_Task description_
Take each line in the entries below that holds "White" and show it.

_Records_
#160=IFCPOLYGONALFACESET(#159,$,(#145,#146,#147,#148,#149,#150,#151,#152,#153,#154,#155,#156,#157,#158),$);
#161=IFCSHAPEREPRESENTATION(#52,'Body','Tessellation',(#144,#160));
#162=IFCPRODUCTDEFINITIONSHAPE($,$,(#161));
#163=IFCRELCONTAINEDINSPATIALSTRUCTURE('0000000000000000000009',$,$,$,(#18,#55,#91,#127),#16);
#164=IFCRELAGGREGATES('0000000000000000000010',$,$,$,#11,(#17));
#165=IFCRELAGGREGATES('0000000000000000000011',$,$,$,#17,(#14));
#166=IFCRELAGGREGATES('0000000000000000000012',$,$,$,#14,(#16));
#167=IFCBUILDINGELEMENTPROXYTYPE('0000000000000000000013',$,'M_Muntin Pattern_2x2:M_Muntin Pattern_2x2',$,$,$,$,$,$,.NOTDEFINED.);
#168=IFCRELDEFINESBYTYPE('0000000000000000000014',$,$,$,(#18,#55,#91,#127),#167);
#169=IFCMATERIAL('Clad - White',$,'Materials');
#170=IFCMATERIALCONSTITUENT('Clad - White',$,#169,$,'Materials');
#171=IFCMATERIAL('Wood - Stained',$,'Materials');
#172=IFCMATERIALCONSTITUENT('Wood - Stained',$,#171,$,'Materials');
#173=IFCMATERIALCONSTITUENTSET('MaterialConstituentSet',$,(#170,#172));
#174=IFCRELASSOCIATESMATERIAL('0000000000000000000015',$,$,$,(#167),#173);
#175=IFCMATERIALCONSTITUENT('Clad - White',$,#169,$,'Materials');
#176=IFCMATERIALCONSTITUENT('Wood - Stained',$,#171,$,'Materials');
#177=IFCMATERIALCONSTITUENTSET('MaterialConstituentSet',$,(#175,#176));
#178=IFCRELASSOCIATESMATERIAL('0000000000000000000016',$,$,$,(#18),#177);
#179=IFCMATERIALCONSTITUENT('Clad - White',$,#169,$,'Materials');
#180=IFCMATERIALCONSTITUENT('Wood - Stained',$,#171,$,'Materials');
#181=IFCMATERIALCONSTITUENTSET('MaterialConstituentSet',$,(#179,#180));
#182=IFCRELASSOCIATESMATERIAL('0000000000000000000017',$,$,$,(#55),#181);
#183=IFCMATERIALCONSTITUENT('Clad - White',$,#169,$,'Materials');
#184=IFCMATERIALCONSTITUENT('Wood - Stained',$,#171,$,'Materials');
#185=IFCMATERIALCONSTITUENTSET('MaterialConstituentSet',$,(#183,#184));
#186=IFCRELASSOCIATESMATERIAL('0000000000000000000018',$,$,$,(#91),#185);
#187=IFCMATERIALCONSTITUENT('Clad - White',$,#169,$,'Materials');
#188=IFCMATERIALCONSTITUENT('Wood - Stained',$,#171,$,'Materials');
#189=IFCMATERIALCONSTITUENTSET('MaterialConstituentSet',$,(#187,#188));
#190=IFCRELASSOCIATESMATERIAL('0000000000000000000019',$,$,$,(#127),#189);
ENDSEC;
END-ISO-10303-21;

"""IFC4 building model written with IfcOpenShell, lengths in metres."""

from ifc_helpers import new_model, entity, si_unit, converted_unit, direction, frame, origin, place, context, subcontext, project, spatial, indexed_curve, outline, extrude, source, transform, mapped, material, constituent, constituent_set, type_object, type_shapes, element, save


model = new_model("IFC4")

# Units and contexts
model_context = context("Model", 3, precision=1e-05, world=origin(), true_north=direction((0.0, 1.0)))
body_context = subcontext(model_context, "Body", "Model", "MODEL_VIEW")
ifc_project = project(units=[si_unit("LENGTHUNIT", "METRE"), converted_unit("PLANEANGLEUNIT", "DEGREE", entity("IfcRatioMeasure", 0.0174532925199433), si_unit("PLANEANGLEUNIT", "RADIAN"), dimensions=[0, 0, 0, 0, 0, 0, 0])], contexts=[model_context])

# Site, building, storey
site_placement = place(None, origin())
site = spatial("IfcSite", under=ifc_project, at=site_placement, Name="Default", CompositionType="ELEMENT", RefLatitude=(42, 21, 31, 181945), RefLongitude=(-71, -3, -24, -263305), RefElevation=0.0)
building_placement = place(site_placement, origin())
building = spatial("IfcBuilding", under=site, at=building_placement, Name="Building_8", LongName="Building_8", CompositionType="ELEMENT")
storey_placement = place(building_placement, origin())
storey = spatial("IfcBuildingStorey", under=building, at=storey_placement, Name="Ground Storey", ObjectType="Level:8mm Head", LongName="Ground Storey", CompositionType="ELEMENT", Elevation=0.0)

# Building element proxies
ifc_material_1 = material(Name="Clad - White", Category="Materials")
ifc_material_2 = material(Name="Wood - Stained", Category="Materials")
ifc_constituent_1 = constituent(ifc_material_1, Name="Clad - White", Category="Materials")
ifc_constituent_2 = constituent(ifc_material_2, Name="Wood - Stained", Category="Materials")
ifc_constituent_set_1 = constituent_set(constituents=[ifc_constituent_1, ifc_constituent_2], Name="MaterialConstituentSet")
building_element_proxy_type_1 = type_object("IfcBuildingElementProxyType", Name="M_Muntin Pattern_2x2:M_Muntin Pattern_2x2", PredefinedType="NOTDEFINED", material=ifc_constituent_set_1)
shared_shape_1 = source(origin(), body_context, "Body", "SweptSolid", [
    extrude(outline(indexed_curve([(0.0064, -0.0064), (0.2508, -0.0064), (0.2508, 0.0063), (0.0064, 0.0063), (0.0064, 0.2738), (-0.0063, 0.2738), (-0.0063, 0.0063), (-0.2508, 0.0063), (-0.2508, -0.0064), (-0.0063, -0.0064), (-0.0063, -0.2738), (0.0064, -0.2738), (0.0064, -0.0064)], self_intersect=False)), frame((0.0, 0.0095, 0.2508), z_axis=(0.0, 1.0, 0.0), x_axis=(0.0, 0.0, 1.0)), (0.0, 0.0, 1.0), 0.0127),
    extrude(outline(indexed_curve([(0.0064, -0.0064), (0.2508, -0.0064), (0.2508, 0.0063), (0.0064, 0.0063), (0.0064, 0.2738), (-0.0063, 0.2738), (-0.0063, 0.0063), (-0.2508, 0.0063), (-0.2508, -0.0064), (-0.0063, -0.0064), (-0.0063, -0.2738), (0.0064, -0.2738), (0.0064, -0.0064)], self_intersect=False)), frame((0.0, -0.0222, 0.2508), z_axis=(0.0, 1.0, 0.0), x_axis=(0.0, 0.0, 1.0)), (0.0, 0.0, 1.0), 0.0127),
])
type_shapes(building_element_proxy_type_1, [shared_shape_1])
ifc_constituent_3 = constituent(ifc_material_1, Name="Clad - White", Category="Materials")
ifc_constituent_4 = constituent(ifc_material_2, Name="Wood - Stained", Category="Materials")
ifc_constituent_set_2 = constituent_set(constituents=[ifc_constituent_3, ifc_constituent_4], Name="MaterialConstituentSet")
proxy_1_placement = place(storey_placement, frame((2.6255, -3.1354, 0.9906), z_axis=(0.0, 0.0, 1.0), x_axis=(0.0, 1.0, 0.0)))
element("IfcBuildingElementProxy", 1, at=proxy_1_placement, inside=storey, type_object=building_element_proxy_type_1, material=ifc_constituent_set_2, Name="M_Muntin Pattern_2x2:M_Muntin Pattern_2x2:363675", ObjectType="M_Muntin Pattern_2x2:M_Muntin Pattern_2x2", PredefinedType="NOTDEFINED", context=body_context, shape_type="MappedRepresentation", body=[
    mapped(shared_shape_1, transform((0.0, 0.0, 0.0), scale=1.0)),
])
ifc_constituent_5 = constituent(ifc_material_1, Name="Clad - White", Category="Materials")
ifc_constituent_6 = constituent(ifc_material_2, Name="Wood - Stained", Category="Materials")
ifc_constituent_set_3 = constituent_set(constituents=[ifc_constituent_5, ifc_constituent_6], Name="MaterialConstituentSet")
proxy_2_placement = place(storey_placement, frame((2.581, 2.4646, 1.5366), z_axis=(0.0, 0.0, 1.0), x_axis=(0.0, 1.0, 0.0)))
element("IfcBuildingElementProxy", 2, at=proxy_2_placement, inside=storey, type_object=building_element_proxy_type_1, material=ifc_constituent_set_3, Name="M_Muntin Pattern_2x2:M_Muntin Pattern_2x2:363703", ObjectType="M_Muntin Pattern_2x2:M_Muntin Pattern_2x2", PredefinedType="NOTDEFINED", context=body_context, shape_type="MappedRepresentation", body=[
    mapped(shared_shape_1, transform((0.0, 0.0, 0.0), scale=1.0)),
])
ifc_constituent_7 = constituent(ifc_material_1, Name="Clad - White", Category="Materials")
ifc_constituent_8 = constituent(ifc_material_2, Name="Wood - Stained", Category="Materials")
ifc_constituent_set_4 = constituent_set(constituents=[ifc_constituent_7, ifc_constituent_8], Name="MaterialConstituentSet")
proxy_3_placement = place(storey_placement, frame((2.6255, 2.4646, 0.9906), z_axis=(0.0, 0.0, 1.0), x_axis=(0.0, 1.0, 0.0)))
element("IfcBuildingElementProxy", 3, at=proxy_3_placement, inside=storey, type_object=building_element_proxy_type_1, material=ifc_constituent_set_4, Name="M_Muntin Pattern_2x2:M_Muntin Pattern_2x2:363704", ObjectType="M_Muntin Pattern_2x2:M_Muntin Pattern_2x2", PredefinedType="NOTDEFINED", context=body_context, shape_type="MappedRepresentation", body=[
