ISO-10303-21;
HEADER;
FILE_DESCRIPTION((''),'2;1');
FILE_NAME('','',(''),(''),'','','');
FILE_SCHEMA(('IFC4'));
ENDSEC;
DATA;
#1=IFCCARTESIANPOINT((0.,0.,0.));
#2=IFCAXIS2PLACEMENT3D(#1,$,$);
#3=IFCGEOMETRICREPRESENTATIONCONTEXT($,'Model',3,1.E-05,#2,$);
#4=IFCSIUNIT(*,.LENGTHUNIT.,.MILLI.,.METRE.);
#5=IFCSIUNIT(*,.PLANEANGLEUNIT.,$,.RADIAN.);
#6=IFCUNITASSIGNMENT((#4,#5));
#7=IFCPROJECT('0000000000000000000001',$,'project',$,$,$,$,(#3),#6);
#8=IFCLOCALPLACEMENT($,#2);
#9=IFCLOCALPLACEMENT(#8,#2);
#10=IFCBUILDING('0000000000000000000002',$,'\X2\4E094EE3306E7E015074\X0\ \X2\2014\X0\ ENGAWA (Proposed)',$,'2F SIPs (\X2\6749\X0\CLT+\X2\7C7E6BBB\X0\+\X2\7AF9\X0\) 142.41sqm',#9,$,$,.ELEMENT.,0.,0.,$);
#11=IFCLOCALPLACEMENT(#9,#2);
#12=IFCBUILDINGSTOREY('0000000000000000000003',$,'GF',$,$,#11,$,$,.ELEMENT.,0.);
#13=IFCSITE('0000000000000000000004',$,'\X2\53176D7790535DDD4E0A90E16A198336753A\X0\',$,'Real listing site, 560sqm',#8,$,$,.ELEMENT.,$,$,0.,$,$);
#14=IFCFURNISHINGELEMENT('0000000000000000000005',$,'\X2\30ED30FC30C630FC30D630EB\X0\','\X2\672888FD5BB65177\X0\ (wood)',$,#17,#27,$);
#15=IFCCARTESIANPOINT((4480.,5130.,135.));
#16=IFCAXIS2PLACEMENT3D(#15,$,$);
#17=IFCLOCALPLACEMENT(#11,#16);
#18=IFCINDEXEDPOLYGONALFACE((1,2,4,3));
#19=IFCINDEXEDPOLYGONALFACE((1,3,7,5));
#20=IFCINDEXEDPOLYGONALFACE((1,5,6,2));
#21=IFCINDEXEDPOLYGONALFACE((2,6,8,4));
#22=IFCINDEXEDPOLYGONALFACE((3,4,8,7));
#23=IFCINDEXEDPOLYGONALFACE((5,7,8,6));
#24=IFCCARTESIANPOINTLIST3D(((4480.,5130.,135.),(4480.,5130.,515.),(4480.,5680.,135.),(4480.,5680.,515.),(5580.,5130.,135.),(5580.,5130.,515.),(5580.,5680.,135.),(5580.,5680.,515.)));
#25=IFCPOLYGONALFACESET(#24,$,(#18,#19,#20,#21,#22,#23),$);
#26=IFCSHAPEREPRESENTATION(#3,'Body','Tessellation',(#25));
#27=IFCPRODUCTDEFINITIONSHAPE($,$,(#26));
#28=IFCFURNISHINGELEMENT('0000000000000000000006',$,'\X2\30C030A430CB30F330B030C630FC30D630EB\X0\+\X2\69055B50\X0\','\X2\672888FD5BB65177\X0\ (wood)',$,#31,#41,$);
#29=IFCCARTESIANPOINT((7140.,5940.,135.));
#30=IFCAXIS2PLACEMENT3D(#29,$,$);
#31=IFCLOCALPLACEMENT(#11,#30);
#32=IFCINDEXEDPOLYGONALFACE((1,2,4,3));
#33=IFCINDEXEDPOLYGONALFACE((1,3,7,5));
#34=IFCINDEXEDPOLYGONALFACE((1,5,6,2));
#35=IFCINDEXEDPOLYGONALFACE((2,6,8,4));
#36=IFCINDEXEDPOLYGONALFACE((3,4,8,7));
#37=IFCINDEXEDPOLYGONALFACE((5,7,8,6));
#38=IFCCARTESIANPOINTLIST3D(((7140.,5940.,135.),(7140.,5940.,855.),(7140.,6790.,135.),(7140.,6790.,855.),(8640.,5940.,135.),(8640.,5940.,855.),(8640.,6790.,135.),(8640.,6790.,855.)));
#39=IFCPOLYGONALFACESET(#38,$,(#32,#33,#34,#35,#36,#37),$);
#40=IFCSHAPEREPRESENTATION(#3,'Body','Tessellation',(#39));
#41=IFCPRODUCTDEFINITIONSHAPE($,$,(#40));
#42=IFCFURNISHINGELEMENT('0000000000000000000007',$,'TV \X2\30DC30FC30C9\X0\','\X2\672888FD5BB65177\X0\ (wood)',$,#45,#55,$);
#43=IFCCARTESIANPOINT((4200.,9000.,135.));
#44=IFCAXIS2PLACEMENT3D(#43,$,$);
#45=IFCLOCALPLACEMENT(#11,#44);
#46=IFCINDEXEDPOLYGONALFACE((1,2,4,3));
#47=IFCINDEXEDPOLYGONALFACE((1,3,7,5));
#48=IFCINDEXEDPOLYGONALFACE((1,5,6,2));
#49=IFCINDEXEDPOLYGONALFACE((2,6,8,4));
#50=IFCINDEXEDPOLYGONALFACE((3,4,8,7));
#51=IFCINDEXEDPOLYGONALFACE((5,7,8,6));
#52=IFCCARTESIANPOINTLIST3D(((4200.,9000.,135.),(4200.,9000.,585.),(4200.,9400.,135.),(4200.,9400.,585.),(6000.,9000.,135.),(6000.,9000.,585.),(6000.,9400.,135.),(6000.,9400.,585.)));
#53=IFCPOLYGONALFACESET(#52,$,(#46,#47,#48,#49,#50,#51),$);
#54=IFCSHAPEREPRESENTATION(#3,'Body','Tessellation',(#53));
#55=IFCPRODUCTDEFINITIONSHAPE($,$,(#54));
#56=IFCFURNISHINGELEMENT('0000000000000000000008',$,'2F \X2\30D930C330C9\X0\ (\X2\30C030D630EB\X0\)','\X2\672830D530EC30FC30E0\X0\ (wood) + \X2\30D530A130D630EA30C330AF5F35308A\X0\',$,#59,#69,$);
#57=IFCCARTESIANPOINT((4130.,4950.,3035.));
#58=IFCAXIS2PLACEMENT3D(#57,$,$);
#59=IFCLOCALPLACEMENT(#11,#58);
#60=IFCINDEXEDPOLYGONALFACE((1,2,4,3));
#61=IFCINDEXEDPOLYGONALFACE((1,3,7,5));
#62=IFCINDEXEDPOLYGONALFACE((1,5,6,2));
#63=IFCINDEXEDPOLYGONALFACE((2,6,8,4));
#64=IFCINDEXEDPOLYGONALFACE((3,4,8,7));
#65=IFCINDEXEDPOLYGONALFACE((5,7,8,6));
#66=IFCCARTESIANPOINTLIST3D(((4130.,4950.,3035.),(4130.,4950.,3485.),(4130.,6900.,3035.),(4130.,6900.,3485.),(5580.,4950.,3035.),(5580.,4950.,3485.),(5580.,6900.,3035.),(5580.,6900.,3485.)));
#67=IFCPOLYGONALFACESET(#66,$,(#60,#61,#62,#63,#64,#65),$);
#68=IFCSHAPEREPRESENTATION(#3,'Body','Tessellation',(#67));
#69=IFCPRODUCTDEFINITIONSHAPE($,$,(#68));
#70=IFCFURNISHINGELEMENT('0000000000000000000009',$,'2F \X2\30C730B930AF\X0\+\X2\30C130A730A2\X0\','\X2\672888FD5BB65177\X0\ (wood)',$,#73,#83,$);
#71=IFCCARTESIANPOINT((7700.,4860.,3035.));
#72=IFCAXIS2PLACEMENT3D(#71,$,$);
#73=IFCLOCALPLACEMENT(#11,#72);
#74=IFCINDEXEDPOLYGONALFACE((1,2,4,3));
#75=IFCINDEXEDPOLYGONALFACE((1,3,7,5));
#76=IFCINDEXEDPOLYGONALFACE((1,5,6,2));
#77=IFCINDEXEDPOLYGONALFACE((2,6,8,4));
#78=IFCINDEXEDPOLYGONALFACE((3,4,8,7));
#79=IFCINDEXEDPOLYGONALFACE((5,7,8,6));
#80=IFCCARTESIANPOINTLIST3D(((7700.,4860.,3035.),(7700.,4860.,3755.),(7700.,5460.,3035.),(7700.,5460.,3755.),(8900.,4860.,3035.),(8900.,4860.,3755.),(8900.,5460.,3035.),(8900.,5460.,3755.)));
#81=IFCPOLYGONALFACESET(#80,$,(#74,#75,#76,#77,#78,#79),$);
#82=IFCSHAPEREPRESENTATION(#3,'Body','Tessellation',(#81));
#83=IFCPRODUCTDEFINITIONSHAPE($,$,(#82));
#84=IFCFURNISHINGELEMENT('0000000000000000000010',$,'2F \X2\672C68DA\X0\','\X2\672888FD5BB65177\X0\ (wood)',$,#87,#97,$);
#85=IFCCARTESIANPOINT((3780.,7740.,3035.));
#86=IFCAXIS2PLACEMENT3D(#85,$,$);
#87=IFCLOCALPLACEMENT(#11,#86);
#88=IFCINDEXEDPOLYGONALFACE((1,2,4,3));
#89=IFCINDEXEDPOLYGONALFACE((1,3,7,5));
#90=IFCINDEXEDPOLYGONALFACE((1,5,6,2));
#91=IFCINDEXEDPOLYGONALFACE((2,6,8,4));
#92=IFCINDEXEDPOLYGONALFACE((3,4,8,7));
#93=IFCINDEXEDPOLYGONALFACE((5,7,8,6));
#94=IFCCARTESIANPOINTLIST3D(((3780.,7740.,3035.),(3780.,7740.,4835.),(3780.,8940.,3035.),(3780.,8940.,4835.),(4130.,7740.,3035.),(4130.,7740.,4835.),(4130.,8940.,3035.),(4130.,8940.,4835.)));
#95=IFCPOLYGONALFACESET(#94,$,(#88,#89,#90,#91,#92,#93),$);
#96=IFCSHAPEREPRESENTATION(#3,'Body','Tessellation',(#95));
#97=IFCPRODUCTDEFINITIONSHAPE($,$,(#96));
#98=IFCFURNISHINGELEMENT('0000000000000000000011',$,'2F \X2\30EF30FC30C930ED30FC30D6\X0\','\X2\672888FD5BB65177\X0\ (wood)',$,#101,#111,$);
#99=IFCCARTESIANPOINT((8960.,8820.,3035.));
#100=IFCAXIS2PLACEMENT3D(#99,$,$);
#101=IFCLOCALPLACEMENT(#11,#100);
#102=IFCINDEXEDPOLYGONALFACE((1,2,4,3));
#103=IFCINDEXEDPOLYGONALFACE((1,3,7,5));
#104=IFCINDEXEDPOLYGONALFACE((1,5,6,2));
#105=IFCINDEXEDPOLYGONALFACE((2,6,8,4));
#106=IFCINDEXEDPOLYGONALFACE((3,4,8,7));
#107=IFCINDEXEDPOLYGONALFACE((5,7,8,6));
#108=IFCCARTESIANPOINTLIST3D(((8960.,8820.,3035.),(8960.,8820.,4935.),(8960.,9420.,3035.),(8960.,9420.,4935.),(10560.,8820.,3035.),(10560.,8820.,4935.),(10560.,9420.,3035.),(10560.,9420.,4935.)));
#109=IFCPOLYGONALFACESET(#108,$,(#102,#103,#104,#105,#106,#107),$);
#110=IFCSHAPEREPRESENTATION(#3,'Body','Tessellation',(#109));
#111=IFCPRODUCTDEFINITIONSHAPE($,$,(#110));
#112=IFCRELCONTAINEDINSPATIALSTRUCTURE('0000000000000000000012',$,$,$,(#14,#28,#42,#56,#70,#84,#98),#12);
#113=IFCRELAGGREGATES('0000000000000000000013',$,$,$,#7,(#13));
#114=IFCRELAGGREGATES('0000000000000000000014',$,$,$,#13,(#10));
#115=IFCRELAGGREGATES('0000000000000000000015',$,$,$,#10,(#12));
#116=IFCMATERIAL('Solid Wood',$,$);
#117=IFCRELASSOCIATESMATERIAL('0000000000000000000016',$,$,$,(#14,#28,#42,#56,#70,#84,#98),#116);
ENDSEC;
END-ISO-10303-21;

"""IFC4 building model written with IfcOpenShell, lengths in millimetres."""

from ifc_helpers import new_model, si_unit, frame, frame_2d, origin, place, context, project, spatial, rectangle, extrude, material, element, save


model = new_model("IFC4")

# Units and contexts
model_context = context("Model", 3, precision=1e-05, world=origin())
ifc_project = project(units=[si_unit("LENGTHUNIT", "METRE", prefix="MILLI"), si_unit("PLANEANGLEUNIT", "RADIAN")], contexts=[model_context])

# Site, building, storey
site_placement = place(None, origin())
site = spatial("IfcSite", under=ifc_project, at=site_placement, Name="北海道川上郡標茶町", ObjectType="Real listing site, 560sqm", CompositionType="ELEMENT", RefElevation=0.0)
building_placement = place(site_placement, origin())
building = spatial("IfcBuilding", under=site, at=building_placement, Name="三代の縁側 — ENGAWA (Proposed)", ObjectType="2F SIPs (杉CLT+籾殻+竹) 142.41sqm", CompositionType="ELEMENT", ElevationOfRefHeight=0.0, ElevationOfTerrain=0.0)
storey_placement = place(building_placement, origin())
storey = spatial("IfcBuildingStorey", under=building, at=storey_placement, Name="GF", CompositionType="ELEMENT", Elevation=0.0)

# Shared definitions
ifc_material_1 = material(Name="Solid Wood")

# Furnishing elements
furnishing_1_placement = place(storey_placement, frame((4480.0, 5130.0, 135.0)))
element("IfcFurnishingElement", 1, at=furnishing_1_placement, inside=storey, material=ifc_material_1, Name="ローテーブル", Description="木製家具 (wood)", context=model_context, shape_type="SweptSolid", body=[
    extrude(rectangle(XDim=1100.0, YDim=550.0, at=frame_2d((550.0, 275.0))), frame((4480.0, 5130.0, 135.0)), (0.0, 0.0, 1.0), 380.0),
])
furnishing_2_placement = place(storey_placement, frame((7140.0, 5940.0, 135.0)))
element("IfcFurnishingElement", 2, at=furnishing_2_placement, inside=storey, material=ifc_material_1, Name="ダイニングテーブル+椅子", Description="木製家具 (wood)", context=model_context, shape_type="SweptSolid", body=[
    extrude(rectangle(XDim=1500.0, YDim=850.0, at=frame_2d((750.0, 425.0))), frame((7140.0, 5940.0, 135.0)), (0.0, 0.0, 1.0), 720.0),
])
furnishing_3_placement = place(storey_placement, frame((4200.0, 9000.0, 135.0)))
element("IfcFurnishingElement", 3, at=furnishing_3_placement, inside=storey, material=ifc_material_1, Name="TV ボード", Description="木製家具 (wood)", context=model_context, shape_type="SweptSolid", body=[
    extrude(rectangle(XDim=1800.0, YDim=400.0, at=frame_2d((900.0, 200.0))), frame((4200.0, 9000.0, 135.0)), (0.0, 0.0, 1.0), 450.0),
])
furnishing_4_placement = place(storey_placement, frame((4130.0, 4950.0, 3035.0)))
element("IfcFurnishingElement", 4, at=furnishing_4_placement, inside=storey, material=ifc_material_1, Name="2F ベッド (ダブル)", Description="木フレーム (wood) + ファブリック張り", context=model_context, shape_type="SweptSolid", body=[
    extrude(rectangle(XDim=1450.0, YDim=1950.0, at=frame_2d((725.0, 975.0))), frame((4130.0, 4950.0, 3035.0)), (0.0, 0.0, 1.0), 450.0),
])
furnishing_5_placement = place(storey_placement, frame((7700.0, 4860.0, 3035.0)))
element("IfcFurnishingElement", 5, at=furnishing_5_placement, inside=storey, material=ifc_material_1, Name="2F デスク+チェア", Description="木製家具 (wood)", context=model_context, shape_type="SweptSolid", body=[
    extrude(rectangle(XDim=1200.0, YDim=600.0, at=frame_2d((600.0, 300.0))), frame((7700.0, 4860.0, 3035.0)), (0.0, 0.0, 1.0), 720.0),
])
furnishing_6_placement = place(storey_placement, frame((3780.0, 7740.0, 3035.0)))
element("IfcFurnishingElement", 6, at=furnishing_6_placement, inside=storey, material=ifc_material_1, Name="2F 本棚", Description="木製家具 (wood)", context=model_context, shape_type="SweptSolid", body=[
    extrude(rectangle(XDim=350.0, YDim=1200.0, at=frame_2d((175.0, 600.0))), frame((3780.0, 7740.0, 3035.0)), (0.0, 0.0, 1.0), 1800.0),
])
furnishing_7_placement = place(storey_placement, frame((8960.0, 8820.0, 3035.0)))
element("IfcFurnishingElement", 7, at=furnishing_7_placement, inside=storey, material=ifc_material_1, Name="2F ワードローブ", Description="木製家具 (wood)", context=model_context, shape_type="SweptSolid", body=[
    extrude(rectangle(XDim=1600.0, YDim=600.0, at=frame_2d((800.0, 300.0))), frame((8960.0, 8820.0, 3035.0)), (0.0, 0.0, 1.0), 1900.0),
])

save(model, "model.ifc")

_Problem solution_
#169=IFCMATERIAL('Clad - White',$,'Materials');
#170=IFCMATERIALCONSTITUENT('Clad - White',$,#169,$,'Materials');
#175=IFCMATERIALCONSTITUENT('Clad - White',$,#169,$,'Materials');
#179=IFCMATERIALCONSTITUENT('Clad - White',$,#169,$,'Materials');
#183=IFCMATERIALCONSTITUENT('Clad - White',$,#169,$,'Materials');
#187=IFCMATERIALCONSTITUENT('Clad - White',$,#169,$,'Materials');
ifc_material_1 = material(Name="Clad - White", Category="Materials")
ifc_constituent_1 = constituent(ifc_material_1, Name="Clad - White", Category="Materials")
ifc_constituent_3 = constituent(ifc_material_1, Name="Clad - White", Category="Materials")
ifc_constituent_5 = constituent(ifc_material_1, Name="Clad - White", Category="Materials")
ifc_constituent_7 = constituent(ifc_material_1, Name="Clad - White", Category="Materials")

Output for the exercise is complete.